ACTIVITY -> All lines holding the string "IFCPRODUCTDEFINITIONSHAPE" should be copied from the data below.

Records from a data source ->
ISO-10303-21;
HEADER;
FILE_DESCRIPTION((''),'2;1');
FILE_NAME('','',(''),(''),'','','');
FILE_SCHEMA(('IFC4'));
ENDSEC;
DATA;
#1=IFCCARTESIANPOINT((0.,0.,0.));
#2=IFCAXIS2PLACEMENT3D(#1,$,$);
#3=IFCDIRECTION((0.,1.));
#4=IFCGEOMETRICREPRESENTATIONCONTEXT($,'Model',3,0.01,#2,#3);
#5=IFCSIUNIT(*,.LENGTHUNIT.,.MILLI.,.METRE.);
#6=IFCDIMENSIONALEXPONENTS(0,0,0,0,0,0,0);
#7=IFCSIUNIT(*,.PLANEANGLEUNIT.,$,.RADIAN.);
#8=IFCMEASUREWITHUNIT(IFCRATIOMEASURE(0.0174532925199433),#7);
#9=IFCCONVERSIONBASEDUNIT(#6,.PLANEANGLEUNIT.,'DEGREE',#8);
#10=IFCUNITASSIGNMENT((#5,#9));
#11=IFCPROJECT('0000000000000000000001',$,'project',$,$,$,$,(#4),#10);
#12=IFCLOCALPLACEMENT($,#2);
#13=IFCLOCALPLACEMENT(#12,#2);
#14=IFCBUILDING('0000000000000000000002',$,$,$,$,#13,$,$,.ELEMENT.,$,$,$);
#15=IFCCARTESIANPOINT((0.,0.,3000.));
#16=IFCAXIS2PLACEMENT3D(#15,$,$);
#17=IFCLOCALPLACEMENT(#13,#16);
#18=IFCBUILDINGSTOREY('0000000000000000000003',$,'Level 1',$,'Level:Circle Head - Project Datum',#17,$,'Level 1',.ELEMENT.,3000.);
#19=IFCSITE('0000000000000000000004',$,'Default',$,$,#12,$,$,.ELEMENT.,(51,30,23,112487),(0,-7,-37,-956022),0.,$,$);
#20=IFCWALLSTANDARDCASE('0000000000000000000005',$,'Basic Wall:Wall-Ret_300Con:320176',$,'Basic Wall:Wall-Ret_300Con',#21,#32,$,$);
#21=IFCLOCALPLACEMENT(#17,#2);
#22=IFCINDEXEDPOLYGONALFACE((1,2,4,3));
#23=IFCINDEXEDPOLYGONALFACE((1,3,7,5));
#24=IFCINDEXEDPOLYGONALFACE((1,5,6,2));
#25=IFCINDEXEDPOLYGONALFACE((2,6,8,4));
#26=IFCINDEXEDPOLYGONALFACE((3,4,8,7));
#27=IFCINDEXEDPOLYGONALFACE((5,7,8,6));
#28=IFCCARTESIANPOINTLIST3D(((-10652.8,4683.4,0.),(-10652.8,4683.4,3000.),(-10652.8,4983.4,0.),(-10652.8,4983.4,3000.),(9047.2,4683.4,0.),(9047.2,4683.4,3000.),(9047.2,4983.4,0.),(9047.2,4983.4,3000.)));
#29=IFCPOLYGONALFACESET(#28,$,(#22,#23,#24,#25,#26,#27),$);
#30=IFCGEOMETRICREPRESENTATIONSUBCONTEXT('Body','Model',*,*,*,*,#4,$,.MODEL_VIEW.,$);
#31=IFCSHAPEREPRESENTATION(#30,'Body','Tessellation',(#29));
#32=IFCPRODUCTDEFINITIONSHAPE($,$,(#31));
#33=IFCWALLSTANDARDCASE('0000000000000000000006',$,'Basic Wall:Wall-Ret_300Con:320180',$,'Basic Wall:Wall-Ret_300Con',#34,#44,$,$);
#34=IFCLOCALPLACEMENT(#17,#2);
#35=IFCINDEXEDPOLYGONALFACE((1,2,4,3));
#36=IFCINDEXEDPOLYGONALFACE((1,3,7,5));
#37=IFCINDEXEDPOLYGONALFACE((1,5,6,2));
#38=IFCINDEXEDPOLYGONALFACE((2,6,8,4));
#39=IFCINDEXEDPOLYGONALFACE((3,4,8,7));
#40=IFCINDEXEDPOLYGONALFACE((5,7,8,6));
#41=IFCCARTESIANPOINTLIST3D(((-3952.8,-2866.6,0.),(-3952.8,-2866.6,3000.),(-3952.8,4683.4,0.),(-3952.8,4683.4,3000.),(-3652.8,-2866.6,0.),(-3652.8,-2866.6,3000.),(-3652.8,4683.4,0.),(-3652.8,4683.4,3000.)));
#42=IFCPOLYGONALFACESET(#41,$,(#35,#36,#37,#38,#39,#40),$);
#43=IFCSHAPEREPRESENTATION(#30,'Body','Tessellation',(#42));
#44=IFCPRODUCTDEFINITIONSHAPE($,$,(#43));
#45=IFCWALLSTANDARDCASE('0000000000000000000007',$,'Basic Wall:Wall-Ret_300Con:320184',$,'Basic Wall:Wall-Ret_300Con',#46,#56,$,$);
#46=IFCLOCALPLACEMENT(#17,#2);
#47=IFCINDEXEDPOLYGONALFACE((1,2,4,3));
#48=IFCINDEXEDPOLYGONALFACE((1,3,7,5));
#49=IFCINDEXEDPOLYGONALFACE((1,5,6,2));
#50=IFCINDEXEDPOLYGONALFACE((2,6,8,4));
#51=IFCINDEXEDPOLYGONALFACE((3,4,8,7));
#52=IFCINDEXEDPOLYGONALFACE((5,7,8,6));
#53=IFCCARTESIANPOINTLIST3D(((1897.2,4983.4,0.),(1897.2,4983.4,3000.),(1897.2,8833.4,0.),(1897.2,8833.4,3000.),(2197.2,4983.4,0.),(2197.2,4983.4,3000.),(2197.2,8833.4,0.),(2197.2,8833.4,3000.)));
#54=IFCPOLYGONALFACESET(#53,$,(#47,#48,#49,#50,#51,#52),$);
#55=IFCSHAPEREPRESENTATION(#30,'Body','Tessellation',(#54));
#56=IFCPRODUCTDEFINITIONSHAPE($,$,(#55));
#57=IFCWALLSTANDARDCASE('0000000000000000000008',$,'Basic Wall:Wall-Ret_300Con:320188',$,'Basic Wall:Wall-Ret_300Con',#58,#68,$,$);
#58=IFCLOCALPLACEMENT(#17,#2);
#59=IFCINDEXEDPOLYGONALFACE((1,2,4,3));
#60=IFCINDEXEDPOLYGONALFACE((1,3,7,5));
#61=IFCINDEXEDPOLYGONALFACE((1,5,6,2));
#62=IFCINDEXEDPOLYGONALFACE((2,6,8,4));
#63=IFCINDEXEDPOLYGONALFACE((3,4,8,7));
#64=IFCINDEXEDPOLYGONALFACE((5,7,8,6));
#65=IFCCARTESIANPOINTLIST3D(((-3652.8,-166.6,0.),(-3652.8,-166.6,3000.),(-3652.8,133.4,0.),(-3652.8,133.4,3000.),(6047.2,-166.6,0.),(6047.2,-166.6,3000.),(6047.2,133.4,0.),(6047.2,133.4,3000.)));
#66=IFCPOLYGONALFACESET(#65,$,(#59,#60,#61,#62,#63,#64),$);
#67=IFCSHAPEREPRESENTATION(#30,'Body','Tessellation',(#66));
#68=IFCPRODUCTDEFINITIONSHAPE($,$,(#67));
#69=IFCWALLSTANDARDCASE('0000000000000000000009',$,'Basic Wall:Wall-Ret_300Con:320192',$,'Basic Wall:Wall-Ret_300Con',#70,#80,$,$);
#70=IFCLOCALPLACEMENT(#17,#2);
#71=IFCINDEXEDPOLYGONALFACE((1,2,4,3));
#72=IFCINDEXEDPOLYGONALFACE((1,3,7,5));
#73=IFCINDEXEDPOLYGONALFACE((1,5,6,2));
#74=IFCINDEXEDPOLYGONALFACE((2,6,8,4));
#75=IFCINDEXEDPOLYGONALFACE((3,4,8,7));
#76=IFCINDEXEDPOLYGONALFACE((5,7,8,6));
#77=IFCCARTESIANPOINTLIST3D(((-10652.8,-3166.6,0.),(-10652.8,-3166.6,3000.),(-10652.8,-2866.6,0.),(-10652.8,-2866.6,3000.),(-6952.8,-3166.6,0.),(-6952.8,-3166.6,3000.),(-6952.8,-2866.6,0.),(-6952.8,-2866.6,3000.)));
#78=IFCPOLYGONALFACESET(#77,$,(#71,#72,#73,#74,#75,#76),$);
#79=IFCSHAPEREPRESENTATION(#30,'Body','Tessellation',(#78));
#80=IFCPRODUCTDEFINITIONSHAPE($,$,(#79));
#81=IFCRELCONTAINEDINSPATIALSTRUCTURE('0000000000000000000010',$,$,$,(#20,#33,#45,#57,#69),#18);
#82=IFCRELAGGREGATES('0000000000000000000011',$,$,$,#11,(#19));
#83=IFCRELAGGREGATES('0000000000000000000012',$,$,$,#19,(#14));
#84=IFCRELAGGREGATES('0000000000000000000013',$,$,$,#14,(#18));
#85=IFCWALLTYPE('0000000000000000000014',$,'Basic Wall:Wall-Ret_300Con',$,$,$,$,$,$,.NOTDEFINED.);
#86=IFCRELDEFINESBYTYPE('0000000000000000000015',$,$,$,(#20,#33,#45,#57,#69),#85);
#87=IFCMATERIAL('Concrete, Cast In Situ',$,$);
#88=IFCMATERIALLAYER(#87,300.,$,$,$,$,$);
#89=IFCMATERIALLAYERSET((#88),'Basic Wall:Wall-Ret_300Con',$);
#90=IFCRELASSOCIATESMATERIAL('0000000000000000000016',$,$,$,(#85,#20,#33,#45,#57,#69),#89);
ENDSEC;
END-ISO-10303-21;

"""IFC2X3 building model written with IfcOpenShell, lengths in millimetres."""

from ifc_helpers import new_model, entity, si_unit, converted_unit, direction, frame, frame_2d, origin, place, context, subcontext, project, spatial, rectangle, extrude, material, layer, layer_set, layer_usage, type_object, element, save


model = new_model("IFC2X3")

# Units and contexts
model_context = context("Model", 3, precision=0.01, world=origin(), true_north=direction((0.0, 1.0)))
body_context = subcontext(model_context, "Body", "Model", "MODEL_VIEW")
ifc_project = project(units=[si_unit("LENGTHUNIT", "METRE", prefix="MILLI"), converted_unit("PLANEANGLEUNIT", "DEGREE", entity("IfcRatioMeasure", 0.0174532925199433), si_unit("PLANEANGLEUNIT", "RADIAN"), dimensions=[0, 0, 0, 0, 0, 0, 0])], contexts=[model_context])

# Site, building, storey
site_placement = place(None, origin())
site = spatial("IfcSite", under=ifc_project, at=site_placement, Name="Default", CompositionType="ELEMENT", RefLatitude=(51, 30, 23, 112487), RefLongitude=(0, -7, -37, -956022), RefElevation=0.0)
building_placement = place(site_placement, origin())
building = spatial("IfcBuilding", under=site, at=building_placement, CompositionType="ELEMENT")
storey_placement = place(building_placement, frame((0.0, 0.0, 3000.0)))
storey = spatial("IfcBuildingStorey", under=building, at=storey_placement, Name="Level 1", ObjectType="Level:Circle Head - Project Datum", LongName="Level 1", CompositionType="ELEMENT", Elevation=3000.0)

# Walls
ifc_material_1 = material(Name="Concrete, Cast In Situ")
ifc_layer_1 = layer(ifc_material_1, 300.0)
ifc_layer_set_1 = layer_set([ifc_layer_1], Name="Basic Wall:Wall-Ret_300Con")
wall_type = type_object("IfcWallType", Name="Basic Wall:Wall-Ret_300Con", PredefinedType="NOTDEFINED", material=ifc_layer_set_1)
ifc_layer_usage_1 = layer_usage(ifc_layer_set_1, "AXIS2", "NEGATIVE", 150.0)
wall_1_placement = place(storey_placement, frame((-10652.8, 4833.4, 0.0)))
element("IfcWallStandardCase", 1, at=wall_1_placement, inside=storey, type_object=wall_type, material=ifc_layer_usage_1, Name="Basic Wall:Wall-Ret_300Con:320176", ObjectType="Basic Wall:Wall-Ret_300Con", context=body_context, shape_type="SweptSolid", body=[
    extrude(rectangle(XDim=19700.0, YDim=300.0, at=frame_2d((9850.0, 0.0), x_axis=(-1.0, 0.0))), origin(), (0.0, 0.0, 1.0), 3000.0),
])
ifc_layer_usage_2 = layer_usage(ifc_layer_set_1, "AXIS2", "NEGATIVE", 150.0)
wall_2_placement = place(storey_placement, frame((-3802.8, 4683.4, 0.0), z_axis=(0.0, 0.0, 1.0), x_axis=(0.0, -1.0, 0.0)))
element("IfcWallStandardCase", 2, at=wall_2_placement, inside=storey, type_object=wall_type, material=ifc_layer_usage_2, Name="Basic Wall:Wall-Ret_300Con:320180", ObjectType="Basic Wall:Wall-Ret_300Con", context=body_context, shape_type="SweptSolid", body=[
    extrude(rectangle(XDim=7550.0, YDim=300.0, at=frame_2d((3775.0, 0.0), x_axis=(-1.0, 0.0))), origin(), (0.0, 0.0, 1.0), 3000.0),
])
ifc_layer_usage_3 = layer_usage(ifc_layer_set_1, "AXIS2", "NEGATIVE", 150.0)
wall_3_placement = place(storey_placement, frame((2047.2, 4983.4, 0.0), z_axis=(0.0, 0.0, 1.0), x_axis=(0.0, 1.0, 0.0)))
element("IfcWallStandardCase", 3, at=wall_3_placement, inside=storey, type_object=wall_type, material=ifc_layer_usage_3, Name="Basic Wall:Wall-Ret_300Con:320184", ObjectType="Basic Wall:Wall-Ret_300Con", context=body_context, shape_type="SweptSolid", body=[
    extrude(rectangle(XDim=3850.0, YDim=300.0, at=frame_2d((1925.0, 0.0), x_axis=(-1.0, 0.0))), origin(), (0.0, 0.0, 1.0), 3000.0),
])
ifc_layer_usage_4 = layer_usage(ifc_layer_set_1, "AXIS2", "NEGATIVE", 150.0)
wall_4_placement = place(storey_placement, frame((6047.2, -16.6, 0.0), z_axis=(0.0, 0.0, 1.0), x_axis=(-1.0, 0.0, 0.0)))
element("IfcWallStandardCase", 4, at=wall_4_placement, inside=storey, type_object=wall_type, material=ifc_layer_usage_4, Name="Basic Wall:Wall-Ret_300Con:320188", ObjectType="Basic Wall:Wall-Ret_300Con", context=body_context, shape_type="SweptSolid", body=[
    extrude(rectangle(XDim=9700.0, YDim=300.0, at=frame_2d((4850.0, 0.0), x_axis=(-1.0, 0.0))), origin(), (0.0, 0.0, 1.0), 3000.0),
])
ifc_layer_usage_5 = layer_usage(ifc_layer_set_1, "AXIS2", "NEGATIVE", 150.0)
wall_5_placement = place(storey_placement, frame((-6952.8, -3016.6, 0.0), z_axis=(0.0, 0.0, 1.0), x_axis=(-1.0, 0.0, 0.0)))
element("IfcWallStandardCase", 5, at=wall_5_placement, inside=storey, type_object=wall_type, material=ifc_layer_usage_5, Name="Basic Wall:Wall-Ret_300Con:320192", ObjectType="Basic Wall:Wall-Ret_300Con", context=body_context, shape_type="SweptSolid", body=[
    extrude(rectangle(XDim=3700.0, YDim=300.0, at=frame_2d((1850.0, 0.0), x_axis=(-1.0, 0.0))), origin(), (0.0, 0.0, 1.0), 3000.0),
])

save(model, "model.ifc")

EXERCISE RESPONSE ->
#32=IFCPRODUCTDEFINITIONSHAPE($,$,(#31));
#44=IFCPRODUCTDEFINITIONSHAPE($,$,(#43));
#56=IFCPRODUCTDEFINITIONSHAPE($,$,(#55));
#68=IFCPRODUCTDEFINITIONSHAPE($,$,(#67));
#80=IFCPRODUCTDEFINITIONSHAPE($,$,(#79));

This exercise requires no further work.